Keywords: fuzzy logic, economic sampling plan, indian knowledge system, handloom, sustainability, quality control, and cost optimisation.
Introduction
The Indian Knowledge System (IKS) is a repository of traditional practices and disciplines that have guided generations in areas ranging from education and health to textiles and agriculture. Among the industries rooted in IKS, the Indian handloom sector stands as a prominent example, showcasing indigenous craftsmanship, sustainability, and cultural continuity. However, the contemporary market demands consistent quality, cost-efficiency, and adaptability, creating pressure on traditional industries that operate without structured inspection systems.

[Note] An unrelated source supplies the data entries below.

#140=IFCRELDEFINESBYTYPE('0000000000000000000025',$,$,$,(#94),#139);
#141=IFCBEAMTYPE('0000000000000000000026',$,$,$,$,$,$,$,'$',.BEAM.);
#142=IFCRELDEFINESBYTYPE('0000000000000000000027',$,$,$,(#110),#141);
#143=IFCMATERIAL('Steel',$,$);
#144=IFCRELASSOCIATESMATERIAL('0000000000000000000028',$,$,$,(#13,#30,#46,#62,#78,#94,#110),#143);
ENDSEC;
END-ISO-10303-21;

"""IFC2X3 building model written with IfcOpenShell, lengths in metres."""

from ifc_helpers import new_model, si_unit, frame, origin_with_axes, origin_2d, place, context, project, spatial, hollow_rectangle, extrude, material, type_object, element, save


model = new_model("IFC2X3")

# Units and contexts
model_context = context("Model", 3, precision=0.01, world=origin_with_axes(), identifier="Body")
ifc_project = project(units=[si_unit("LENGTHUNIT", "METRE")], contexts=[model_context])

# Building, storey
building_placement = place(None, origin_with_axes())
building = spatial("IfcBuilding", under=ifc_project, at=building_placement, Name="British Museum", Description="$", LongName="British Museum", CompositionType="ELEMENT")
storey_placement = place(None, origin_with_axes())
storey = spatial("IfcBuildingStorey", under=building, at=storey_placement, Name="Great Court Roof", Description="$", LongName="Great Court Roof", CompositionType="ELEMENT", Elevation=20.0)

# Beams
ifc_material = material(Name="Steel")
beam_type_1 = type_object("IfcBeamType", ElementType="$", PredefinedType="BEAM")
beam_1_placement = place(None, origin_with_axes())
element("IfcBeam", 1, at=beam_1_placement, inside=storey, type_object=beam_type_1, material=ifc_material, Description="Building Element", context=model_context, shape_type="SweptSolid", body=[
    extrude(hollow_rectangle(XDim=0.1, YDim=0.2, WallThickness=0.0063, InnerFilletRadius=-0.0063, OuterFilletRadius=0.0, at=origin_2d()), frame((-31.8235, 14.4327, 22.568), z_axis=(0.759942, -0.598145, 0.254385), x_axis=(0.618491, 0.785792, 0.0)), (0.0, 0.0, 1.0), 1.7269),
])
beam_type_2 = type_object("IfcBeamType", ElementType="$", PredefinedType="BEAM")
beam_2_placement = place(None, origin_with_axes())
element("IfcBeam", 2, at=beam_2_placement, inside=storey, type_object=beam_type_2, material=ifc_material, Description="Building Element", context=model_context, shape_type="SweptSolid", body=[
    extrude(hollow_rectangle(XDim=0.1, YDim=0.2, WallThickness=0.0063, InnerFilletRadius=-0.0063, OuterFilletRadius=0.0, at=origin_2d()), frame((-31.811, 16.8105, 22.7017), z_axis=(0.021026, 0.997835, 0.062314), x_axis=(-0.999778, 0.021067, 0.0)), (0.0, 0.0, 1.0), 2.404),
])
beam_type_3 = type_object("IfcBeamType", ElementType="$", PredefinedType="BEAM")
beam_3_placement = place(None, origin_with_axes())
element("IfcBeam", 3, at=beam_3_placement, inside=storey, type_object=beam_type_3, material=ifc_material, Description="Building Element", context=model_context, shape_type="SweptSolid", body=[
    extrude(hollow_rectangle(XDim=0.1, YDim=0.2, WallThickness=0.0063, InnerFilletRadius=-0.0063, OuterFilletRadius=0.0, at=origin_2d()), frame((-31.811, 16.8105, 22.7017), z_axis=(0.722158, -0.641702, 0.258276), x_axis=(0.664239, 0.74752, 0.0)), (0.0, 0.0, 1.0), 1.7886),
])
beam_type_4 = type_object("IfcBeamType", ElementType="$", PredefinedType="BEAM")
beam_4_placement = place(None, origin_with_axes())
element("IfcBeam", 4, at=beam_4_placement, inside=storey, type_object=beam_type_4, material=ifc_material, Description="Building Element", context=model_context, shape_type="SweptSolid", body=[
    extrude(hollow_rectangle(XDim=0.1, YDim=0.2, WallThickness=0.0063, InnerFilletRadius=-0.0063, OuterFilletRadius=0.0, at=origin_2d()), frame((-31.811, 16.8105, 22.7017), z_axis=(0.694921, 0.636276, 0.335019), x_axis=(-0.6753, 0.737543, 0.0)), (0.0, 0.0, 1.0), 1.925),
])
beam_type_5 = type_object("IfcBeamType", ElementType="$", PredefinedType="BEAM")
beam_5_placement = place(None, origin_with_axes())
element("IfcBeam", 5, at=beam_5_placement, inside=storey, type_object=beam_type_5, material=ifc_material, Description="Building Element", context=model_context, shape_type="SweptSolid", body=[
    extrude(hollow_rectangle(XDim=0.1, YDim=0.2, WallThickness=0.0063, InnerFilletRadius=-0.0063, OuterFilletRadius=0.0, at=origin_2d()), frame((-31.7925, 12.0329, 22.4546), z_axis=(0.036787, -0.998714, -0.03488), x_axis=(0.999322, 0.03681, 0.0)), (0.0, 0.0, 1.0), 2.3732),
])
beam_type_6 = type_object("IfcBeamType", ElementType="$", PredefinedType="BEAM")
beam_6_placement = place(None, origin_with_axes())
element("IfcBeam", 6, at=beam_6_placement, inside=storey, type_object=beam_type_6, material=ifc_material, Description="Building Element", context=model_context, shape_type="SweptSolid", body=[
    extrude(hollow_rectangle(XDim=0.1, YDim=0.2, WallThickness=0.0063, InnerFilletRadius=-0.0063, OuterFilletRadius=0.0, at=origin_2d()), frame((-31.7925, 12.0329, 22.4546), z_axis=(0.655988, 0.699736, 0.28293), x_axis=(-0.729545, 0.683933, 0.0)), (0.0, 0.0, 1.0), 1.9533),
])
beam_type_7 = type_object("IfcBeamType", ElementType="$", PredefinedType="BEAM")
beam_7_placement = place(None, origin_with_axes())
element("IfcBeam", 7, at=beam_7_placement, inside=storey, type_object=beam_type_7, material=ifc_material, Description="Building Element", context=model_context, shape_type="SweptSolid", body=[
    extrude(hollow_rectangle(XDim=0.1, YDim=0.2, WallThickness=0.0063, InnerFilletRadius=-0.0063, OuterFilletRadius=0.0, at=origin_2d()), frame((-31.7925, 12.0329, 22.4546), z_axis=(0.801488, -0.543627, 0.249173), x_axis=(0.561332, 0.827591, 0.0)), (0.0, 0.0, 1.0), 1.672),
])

Acceptance Sampling Plans (ASPs), particularly economic attribute sampling plans, are essential tools in modern quality assurance. These systems minimise the cost of inspection and decision-making by balancing various cost elements: inspection cost, acceptance cost, and rejection cost. Yet, in traditional crafts like handloom weaving, quality assessment is inherently imprecise due to the handcrafted nature of products. Therefore, conventional sampling plans may not effectively capture this uncertainty.
To address this, we propose a Fuzzy Economic Acceptance Sampling Plan (FEASP), which integrates fuzzy set theory into cost-based sampling models. Fuzzy logic enables the modelling of uncertainty in acceptance numbers, making it well-suited for handloom inspections where subjective judgment often plays a role. The integration of FEASP into the handloom industry aligns with the IKS framework by providing modern statistical support to preserve and enhance the economic viability of traditional practices. This paper aims to develop and demonstrate a fuzzy economic sampling approach that promotes sustainability, efficiency, and cultural preservation in India’s handloom sector.
Literature Review
The importance of the Indian handloom industry as a source of heritage and livelihood has been well-documented. Studies. Gupta & Kapoor (2021) have highlighted the sector’s challenges, such as a lack of quality control, production inefficiencies, and market inconsistency. Several government and academic initiatives have emphasised the need for structured quality assessment frameworks to empower weavers and improve product credibility.
Economic Sampling Plans (Dodge & Romig, 1959; Montgomery, 2009) are traditionally used in industrial quality assurance systems to reduce inspection-related costs. These models, however, are based on crisp (precise) data and predefined thresholds, which are inadequate in situations involving human subjectivity or handcrafted variations.
Fuzzy set theory, introduced by Zadeh (1965), provides a mathematical framework for dealing with vagueness and imprecision. Applications of fuzzy logic in quality control have been explored in industrial settings (Zimmermann, 2001), but limited work has been done in extending these models to economic sampling plans for traditional sectors. This paper fills that gap by applying fuzzy economic sampling to the Indian handloom industry as a part of sustainable development within the IKS framework.
Statistical Quality Control in the Handloom Industry
The handloom industry holds a significant place in the cultural and economic fabric of India and several other countries, especially in rural areas. It is one of the oldest forms of textile production, relying on manual weaving techniques that have been passed down through generations. Despite the advent of modern machinery and industrial-scale textile production, the handloom sector continues to survive and even thrive due to its artistic value, eco-friendliness, and unique craftsmanship. However, it faces a range of challenges in maintaining consistent quality, meeting market demand, and competing with machine-made alternatives. To address these issues, integrating scientific techniques like Statistical Quality Control (SQC) into the handloom production process is an effective way forward.
The handloom sector is largely decentralised and dominated by small-scale and cottage-based enterprises. These units operate with limited technological support and are highly dependent on skilled artisans. The processes involved, such as yarn selection, dyeing, warping, and weaving, are mostly manual and require precision and experience. Due to the variability in manual operations, products often lack uniformity in quality, leading to customer dissatisfaction and market rejection. This is where Statistical Quality Control methods can be introduced to monitor and improve quality at different stages of production. SQC refers to the use of statistical techniques to measure, monitor, and control the quality of manufacturing processes. It helps in identifying the sources of variation, determining whether a process is operating within acceptable limits, and ensuring that the final product meets the desired quality standards.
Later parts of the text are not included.